___ Information supplied

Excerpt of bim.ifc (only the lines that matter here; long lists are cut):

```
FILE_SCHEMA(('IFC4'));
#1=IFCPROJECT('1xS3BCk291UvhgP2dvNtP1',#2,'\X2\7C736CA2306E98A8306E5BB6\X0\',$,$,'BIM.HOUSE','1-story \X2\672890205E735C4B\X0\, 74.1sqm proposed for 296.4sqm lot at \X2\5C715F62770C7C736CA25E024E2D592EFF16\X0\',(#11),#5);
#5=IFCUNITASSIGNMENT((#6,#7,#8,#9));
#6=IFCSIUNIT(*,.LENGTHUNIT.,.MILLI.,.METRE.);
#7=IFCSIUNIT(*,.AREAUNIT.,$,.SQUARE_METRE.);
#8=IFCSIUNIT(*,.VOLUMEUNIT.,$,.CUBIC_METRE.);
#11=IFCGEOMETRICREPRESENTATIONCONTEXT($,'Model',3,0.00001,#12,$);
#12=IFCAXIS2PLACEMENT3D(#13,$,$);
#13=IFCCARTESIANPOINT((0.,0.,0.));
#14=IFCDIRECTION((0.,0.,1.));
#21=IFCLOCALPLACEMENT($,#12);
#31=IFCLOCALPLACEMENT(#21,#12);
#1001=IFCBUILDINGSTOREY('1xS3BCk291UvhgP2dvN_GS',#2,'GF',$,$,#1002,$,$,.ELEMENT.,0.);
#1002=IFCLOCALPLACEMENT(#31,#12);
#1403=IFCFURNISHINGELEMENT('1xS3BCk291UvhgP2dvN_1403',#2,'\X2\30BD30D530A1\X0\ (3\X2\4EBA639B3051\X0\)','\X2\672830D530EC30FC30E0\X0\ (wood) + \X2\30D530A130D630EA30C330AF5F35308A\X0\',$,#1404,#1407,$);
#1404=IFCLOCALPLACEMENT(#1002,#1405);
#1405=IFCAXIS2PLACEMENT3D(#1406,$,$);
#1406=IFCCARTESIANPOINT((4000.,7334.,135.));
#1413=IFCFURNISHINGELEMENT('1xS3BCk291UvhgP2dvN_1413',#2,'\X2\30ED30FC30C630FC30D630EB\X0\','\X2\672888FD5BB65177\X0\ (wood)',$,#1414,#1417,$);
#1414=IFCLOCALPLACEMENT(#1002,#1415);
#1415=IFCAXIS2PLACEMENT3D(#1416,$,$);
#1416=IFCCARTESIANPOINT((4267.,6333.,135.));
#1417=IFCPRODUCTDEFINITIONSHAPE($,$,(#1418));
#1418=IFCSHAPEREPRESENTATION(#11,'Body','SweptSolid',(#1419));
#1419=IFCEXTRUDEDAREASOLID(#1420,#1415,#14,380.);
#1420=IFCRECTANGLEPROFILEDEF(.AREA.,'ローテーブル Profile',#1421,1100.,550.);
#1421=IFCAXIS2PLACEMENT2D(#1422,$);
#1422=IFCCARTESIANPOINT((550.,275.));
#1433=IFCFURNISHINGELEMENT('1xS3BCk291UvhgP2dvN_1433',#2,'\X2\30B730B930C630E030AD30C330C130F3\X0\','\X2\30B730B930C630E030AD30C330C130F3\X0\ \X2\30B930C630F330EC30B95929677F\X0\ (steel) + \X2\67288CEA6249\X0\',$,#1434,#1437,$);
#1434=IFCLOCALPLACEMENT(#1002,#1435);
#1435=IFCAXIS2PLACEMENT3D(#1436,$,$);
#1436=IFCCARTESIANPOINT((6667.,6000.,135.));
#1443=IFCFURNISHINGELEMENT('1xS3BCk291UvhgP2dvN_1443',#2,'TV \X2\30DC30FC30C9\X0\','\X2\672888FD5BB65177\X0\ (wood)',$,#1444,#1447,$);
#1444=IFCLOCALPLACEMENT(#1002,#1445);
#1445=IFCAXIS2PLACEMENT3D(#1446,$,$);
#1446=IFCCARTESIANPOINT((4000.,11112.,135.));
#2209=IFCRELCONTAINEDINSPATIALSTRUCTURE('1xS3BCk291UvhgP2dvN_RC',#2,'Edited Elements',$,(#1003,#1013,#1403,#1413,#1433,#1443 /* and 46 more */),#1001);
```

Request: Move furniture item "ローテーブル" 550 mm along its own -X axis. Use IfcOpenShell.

```python
import ifcopenshell
import ifcopenshell.api.geometry
import ifcopenshell.util.placement
import ifcopenshell.util.unit

model = ifcopenshell.open("bim.ifc")
unit_scale = ifcopenshell.util.unit.calculate_unit_scale(model)

item = model.by_id(1413)
matrix = ifcopenshell.util.placement.get_local_placement(item.ObjectPlacement)
matrix[:3, 3] -= matrix[:3, 0] * 0.55 / unit_scale
ifcopenshell.api.geometry.edit_object_placement(model, product=item, matrix=matrix, is_si=False)

print(ifcopenshell.util.placement.get_local_placement(item.ObjectPlacement).round(3) + 0.0)

model.write("bim-out.ifc")
```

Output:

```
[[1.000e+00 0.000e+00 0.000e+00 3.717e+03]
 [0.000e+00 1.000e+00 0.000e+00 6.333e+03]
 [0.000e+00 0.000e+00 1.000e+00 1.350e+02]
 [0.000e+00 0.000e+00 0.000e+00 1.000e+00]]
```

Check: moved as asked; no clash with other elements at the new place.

______

Task description - For the word "IFCLOCALPLACEMENT", please say how many lines in the entries hold it, with only the number as the reply.

Written reply - 7